Ai models show gender-based bias in risk decisions, study reveals behavioral differences

AI Models Show Gender-Influenced Risk Behavior, Study Finds

Artificial intelligence systems are increasingly being used in decision-making roles, from finance to healthcare. But a new study suggests these systems may not be as neutral as previously assumed—especially when their responses are influenced by gender-based prompts.

Researchers at Allameh Tabataba’i University in Tehran, Iran, have discovered that large language models (LLMs) significantly adapt their approach to risk depending on whether they are instructed to behave like a man or a woman. The findings point to an intriguing—and potentially problematic—tendency: when told to adopt a female persona, most AI models become more risk-averse, while adopting a male identity encourages bolder, more risk-tolerant decision-making.

The study involved testing prominent AI models developed by companies such as OpenAI, Google, Meta, and DeepSeek. Researchers provided the models with hypothetical financial decision-making scenarios, then prompted them to respond as if they were either male or female. The results revealed a consistent pattern across most tested systems: gender identity prompts led to notable changes in risk preferences.

Among the models tested, DeepSeek Reasoner and Google’s Gemini 2.0 Flash-Lite exhibited the most significant shifts in behavior. These models showed a marked decrease in risk appetite when asked to think as women, whereas they displayed increased willingness to take risks when told to assume a male perspective.

This behavioral mirroring raises important questions about the way language models are trained. LLMs are developed using vast datasets compiled from the internet, which may contain implicit gender biases that shape the models’ responses. When prompted to “act like a woman,” the models may be drawing on stereotypical representations of femininity and cautiousness encoded in their training data.

While these findings are not entirely surprising—given that societal norms often associate risk-taking with masculinity and caution with femininity—their replication in AI systems is cause for concern. AI is increasingly being integrated into environments where neutrality and fairness are critical, such as hiring, lending, and medical diagnostics. If gender-based prompts can shift an AI’s decision-making framework, this could reinforce or even amplify existing human biases.

The implications go beyond theoretical. In financial sectors, for example, automated decision-making tools may provide different recommendations depending on how they’re prompted, potentially affecting portfolio management or credit lending decisions. This could result in unequal treatment if such systems are unknowingly influenced by gender-coded prompts or user inputs.

In practical terms, this means developers and regulators need to be more vigilant. AI systems should not only be tested for performance and safety, but also for behavioral consistency across different identity prompts. Transparency in training data and prompt engineering practices will be critical in ensuring these systems do not perpetuate social biases.

Moreover, the research reinforces the importance of prompt design in AI interactions. Since LLMs are sensitive to subtle linguistic cues, even slight variations in phrasing can significantly alter their output. This highlights the ethical responsibility of developers and users to understand how prompts may shape model behavior.

To mitigate these risks, AI training processes may need to incorporate bias correction mechanisms and more diverse data sources. Additionally, implementing identity-neutral defaults and guardrails could help prevent models from adopting stereotypical thinking patterns, especially in high-stakes applications.

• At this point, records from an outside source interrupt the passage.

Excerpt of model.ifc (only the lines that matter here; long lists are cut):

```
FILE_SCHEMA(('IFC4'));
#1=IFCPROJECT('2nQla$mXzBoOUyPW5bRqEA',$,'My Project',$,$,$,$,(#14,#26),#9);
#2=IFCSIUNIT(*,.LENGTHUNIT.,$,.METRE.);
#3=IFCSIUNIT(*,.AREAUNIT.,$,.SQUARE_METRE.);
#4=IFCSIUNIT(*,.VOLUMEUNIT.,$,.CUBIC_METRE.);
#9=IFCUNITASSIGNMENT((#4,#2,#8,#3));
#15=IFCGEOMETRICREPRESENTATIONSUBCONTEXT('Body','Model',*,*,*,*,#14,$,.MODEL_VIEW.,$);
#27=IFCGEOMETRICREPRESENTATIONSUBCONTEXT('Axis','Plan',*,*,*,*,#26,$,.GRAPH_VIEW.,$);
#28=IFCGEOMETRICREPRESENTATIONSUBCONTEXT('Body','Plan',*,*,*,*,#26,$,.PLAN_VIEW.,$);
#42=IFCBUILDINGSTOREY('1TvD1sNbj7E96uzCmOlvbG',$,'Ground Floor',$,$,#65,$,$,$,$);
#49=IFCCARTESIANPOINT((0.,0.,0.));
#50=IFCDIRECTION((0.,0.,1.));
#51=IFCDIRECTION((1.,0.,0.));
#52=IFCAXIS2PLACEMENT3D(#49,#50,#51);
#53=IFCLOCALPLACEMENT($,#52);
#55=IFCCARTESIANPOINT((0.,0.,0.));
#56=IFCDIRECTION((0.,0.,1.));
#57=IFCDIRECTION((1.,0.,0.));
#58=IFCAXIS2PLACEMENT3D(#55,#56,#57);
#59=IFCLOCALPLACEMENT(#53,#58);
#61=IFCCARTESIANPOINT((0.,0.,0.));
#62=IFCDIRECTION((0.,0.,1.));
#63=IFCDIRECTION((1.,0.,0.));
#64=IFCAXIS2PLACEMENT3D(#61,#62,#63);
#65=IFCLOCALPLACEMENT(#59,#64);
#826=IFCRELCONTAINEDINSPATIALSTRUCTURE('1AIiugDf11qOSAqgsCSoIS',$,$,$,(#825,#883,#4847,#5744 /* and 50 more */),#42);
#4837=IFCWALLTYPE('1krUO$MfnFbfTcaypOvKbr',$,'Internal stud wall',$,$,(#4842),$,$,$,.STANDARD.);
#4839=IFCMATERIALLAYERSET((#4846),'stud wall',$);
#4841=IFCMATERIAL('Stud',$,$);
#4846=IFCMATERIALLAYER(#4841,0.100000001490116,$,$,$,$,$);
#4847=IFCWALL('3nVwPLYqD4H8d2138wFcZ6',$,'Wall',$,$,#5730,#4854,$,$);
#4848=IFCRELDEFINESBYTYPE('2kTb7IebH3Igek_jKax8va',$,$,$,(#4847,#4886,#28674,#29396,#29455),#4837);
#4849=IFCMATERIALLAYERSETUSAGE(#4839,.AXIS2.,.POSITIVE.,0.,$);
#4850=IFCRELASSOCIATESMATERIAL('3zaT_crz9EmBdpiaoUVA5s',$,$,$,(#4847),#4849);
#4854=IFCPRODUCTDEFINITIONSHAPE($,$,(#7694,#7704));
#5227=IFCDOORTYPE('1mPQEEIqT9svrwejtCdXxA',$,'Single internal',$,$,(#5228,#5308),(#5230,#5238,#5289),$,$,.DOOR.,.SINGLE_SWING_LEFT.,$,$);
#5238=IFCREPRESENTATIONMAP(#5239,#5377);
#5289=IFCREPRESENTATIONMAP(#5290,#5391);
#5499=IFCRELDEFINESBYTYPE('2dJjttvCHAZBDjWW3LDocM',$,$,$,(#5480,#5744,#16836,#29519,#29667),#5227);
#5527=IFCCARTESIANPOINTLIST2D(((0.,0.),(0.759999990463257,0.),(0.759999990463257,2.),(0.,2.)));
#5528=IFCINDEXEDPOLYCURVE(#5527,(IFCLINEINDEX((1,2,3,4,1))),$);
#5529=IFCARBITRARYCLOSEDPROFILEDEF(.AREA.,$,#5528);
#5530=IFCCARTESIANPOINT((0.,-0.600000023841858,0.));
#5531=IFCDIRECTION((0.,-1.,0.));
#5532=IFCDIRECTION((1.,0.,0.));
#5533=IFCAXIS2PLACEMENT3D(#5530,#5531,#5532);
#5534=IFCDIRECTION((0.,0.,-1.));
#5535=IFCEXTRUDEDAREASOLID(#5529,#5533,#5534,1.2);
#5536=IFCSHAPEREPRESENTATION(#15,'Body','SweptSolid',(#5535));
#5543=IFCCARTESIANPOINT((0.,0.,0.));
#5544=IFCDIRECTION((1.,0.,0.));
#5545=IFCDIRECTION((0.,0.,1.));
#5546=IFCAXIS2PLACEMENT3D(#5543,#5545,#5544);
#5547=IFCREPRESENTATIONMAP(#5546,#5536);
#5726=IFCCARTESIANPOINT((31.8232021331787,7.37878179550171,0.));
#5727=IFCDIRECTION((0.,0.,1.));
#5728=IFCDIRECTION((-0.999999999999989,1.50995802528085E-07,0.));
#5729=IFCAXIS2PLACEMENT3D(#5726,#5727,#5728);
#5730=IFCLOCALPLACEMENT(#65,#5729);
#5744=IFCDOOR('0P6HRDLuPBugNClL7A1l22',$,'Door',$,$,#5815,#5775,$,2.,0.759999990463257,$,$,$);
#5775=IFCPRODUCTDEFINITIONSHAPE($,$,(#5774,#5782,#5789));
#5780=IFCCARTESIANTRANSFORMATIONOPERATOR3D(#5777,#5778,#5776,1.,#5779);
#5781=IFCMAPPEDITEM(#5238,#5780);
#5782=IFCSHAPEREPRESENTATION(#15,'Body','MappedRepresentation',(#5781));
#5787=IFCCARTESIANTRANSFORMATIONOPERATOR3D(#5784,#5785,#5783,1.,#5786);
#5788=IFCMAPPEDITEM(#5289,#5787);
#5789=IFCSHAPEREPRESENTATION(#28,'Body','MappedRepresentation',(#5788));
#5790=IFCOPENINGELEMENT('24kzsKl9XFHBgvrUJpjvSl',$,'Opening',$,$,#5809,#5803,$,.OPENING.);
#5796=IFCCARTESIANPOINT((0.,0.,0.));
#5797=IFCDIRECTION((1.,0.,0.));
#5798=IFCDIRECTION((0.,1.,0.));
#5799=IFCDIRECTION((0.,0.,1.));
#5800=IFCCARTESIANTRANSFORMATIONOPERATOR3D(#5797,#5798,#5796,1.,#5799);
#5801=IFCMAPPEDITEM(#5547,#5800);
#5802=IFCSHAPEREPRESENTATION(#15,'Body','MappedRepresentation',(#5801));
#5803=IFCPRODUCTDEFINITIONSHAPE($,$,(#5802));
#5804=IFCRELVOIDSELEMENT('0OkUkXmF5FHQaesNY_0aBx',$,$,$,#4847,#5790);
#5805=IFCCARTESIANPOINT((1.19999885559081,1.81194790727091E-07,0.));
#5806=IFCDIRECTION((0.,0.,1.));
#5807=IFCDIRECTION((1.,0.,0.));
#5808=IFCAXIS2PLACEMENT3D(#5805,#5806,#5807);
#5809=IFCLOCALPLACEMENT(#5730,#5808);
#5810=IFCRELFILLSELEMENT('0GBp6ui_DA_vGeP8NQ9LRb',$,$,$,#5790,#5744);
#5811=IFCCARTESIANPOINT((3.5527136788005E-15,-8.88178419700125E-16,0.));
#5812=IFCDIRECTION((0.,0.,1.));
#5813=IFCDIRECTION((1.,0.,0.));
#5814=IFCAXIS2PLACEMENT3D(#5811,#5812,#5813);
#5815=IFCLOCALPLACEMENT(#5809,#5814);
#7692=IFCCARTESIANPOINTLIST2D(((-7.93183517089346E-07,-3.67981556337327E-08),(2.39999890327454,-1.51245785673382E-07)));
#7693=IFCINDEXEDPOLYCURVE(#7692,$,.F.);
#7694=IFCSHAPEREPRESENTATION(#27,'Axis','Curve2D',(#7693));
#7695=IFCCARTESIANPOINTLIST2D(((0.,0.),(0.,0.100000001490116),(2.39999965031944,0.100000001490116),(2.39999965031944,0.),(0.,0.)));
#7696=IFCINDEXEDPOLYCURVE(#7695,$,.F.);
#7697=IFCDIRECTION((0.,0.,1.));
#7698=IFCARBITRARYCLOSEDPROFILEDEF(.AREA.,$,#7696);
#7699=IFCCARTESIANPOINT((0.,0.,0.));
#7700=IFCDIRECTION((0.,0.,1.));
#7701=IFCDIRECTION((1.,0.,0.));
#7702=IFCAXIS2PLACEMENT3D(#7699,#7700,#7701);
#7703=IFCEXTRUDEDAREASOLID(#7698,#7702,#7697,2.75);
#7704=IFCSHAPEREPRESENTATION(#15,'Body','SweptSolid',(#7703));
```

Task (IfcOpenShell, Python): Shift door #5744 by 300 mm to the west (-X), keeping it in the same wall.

```python
import ifcopenshell
import ifcopenshell.api.geometry
import ifcopenshell.util.placement
import ifcopenshell.util.unit

model = ifcopenshell.open("model.ifc")
unit_scale = ifcopenshell.util.unit.calculate_unit_scale(model)

door = model.by_guid("0P6HRDLuPBugNClL7A1l22")
opening = door.FillsVoids[0].RelatingOpeningElement
wall = opening.VoidsElements[0].RelatingBuildingElement

wall_matrix = ifcopenshell.util.placement.get_local_placement(wall.ObjectPlacement)
shift = wall_matrix[:3, 0] * 0.3 / unit_scale
before = ifcopenshell.util.placement.get_local_placement(door.ObjectPlacement)[:3, 3].copy()

# The door is placed relative to its opening, so it follows when the opening moves.
matrix = ifcopenshell.util.placement.get_local_placement(opening.ObjectPlacement)
matrix[:3, 3] += shift
ifcopenshell.api.geometry.edit_object_placement(
    model, product=opening, matrix=matrix, is_si=False, should_transform_children=True
)

after = ifcopenshell.util.placement.get_local_placement(door.ObjectPlacement)[:3, 3]
print("door moved by", (after - before).round(3) + 0.0)

model.write("model_edited.ifc")
```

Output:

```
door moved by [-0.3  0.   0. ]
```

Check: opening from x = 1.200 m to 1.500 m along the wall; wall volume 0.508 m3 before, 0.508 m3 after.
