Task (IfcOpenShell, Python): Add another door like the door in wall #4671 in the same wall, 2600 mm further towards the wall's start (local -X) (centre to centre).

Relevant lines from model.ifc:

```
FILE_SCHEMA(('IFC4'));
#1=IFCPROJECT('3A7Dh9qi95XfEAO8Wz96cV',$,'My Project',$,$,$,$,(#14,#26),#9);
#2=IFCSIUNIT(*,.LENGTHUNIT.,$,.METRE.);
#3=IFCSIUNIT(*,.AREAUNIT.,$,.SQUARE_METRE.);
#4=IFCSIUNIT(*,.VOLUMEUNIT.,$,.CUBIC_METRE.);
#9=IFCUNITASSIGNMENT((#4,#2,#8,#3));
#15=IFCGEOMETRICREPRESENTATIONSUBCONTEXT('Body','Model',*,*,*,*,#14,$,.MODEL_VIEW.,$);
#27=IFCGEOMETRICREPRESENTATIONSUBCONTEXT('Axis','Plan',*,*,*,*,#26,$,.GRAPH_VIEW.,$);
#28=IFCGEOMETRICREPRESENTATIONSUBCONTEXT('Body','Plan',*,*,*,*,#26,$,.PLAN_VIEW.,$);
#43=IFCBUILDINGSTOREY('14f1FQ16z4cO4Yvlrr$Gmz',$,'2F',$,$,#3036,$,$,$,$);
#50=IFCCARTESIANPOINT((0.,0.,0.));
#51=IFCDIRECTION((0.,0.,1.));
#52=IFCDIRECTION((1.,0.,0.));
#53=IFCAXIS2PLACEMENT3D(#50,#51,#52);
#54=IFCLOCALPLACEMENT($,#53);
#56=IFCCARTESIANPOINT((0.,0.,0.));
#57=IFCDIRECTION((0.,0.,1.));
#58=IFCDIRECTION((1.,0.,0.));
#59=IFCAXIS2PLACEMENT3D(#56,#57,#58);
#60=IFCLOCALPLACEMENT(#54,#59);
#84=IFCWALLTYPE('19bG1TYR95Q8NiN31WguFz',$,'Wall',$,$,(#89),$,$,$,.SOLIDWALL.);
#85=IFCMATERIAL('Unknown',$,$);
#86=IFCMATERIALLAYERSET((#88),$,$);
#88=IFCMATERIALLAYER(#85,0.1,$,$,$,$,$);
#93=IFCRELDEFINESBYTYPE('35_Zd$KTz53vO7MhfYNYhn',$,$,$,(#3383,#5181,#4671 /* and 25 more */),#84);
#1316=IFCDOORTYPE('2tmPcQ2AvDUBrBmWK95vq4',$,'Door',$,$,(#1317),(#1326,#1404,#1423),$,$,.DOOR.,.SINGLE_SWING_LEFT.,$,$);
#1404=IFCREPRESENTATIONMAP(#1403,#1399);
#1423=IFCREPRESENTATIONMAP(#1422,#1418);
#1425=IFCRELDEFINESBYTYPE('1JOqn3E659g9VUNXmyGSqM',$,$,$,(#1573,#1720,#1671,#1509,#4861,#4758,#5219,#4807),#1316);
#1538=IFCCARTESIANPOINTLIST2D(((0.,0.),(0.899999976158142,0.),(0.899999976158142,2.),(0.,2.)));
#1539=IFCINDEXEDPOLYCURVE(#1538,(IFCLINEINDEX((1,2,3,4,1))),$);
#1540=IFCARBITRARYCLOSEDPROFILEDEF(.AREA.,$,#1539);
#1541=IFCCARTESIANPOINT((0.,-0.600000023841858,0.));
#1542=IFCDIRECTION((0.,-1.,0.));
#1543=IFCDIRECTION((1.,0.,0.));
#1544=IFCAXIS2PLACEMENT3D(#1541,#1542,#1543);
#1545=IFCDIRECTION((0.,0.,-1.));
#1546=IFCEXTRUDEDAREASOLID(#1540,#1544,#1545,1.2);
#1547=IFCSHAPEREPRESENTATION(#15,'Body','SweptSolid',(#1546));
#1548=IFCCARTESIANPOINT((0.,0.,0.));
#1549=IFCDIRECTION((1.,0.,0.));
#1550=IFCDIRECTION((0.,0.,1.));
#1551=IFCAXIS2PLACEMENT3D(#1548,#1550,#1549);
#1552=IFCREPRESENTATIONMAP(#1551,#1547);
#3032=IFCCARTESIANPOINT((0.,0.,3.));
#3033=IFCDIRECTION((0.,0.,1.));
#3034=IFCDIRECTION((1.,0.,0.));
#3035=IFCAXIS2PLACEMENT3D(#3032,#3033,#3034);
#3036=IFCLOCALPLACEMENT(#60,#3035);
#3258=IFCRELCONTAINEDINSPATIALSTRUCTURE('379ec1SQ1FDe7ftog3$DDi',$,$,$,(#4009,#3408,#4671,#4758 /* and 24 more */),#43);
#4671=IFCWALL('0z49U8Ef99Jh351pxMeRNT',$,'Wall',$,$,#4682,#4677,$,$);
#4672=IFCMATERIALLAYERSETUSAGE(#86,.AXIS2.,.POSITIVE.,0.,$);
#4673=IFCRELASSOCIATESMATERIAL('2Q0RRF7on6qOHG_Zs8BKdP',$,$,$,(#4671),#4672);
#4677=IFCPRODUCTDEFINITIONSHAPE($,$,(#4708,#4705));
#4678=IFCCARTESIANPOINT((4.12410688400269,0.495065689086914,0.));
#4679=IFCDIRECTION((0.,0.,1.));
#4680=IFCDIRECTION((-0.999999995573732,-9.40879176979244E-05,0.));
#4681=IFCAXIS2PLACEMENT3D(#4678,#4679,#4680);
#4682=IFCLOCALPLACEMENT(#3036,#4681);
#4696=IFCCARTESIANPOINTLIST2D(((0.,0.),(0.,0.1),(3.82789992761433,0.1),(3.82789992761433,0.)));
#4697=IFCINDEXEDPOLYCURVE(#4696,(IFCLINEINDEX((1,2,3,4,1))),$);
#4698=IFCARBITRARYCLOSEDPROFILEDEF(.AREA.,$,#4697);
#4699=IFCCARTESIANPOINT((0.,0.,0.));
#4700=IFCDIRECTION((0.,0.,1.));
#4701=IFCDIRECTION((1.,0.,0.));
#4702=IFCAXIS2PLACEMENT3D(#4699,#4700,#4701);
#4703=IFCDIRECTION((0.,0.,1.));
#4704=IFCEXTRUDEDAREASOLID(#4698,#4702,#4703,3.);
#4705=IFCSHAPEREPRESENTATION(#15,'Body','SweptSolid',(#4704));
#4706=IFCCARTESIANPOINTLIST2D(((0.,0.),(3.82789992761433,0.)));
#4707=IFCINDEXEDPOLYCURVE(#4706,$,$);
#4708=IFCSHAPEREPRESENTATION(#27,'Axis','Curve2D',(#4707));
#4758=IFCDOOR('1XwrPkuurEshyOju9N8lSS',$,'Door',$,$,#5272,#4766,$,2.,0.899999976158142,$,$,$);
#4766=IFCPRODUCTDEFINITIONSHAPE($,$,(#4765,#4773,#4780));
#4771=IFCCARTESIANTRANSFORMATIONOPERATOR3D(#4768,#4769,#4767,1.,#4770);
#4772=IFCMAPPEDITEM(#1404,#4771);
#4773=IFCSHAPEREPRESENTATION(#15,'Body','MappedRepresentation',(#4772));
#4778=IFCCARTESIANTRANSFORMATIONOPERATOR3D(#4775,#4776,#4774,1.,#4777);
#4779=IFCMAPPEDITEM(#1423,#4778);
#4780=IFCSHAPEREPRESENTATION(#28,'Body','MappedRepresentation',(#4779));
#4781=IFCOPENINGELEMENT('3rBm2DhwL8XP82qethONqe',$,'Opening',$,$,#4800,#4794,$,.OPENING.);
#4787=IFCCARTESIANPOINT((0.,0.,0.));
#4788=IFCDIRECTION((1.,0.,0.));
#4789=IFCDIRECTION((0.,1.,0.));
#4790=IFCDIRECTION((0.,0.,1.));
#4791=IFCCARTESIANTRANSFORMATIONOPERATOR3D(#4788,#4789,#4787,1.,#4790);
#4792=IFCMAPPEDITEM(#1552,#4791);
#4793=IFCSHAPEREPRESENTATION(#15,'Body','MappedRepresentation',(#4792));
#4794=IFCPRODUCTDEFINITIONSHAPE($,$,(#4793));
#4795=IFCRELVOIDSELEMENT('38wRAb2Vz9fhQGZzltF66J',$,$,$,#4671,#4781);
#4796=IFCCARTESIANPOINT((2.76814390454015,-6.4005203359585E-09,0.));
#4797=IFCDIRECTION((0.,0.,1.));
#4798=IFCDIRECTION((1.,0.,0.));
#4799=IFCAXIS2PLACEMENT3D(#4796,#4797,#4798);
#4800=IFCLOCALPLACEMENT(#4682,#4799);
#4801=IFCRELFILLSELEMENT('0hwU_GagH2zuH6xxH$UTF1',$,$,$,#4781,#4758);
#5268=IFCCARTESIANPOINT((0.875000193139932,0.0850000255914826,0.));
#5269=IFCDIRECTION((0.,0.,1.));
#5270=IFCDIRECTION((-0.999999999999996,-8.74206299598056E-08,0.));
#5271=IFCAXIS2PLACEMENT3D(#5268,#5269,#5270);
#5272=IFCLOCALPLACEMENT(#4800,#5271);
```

```python
import ifcopenshell
import ifcopenshell.api.feature
import ifcopenshell.api.geometry
import ifcopenshell.api.root
import ifcopenshell.geom
import ifcopenshell.util.element
import ifcopenshell.util.placement
import ifcopenshell.util.shape
import ifcopenshell.util.unit

model = ifcopenshell.open("model.ifc")
unit_scale = ifcopenshell.util.unit.calculate_unit_scale(model)
settings = ifcopenshell.geom.settings()


def volume(element):
    """Net volume in cubic metres, openings subtracted."""
    shape = ifcopenshell.geom.create_shape(settings, element)
    return ifcopenshell.util.shape.get_volume(shape.geometry)


door = model.by_id(4758)
opening = door.FillsVoids[0].RelatingOpeningElement
wall = opening.VoidsElements[0].RelatingBuildingElement
before = volume(wall)
shift = ifcopenshell.util.placement.get_local_placement(wall.ObjectPlacement)[:3, 0] * -2.6 / unit_scale

# copy_class copies the void relationship, type, container and properties, but no geometry.
new_opening = ifcopenshell.api.root.copy_class(model, product=opening)
new_opening.Representation = ifcopenshell.util.element.copy_deep(
    model, opening.Representation, exclude=["IfcGeometricRepresentationContext", "IfcRepresentationMap"]
)
new_door = ifcopenshell.api.root.copy_class(model, product=door)
new_door.Representation = ifcopenshell.util.element.copy_deep(
    model, door.Representation, exclude=["IfcGeometricRepresentationContext", "IfcRepresentationMap"]
)
ifcopenshell.api.feature.add_filling(model, opening=new_opening, element=new_door)

for old, new in ((opening, new_opening), (door, new_door)):
    matrix = ifcopenshell.util.placement.get_local_placement(old.ObjectPlacement)
    matrix[:3, 3] += shift
    ifcopenshell.api.geometry.edit_object_placement(model, product=new, matrix=matrix, is_si=False)

after = volume(wall)

print(f"wall volume {before:.3f} -> {after:.3f} m3")

model.write("model_v2.ifc")
```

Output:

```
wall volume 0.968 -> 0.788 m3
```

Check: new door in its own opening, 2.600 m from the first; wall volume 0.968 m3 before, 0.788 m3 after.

The study also opens up new research avenues. Future investigations may explore how other aspects of identity—such as age, race, or nationality—affect AI decision-making. There’s also the question of whether different LLM architectures (e.g., transformer-based models vs. retrieval-augmented systems) exhibit varying degrees of sensitivity to identity cues.

Importantly, this work underscores that AI does not operate in a vacuum. It reflects the cultural, historical, and linguistic patterns embedded in the data it consumes. As such, the AI community must strive to understand and address these reflections, ensuring that models serve as tools for fairer, more equitable decision-making, rather than reinforcing outdated norms.

In sum, the research from Allameh Tabataba’i University serves as a wake-up call. As AI becomes more ingrained in decision-making processes, understanding how subtle factors like gendered prompts affect its behavior is essential. Only by recognizing and addressing these influences can we build systems that are not only intelligent but also just and impartial.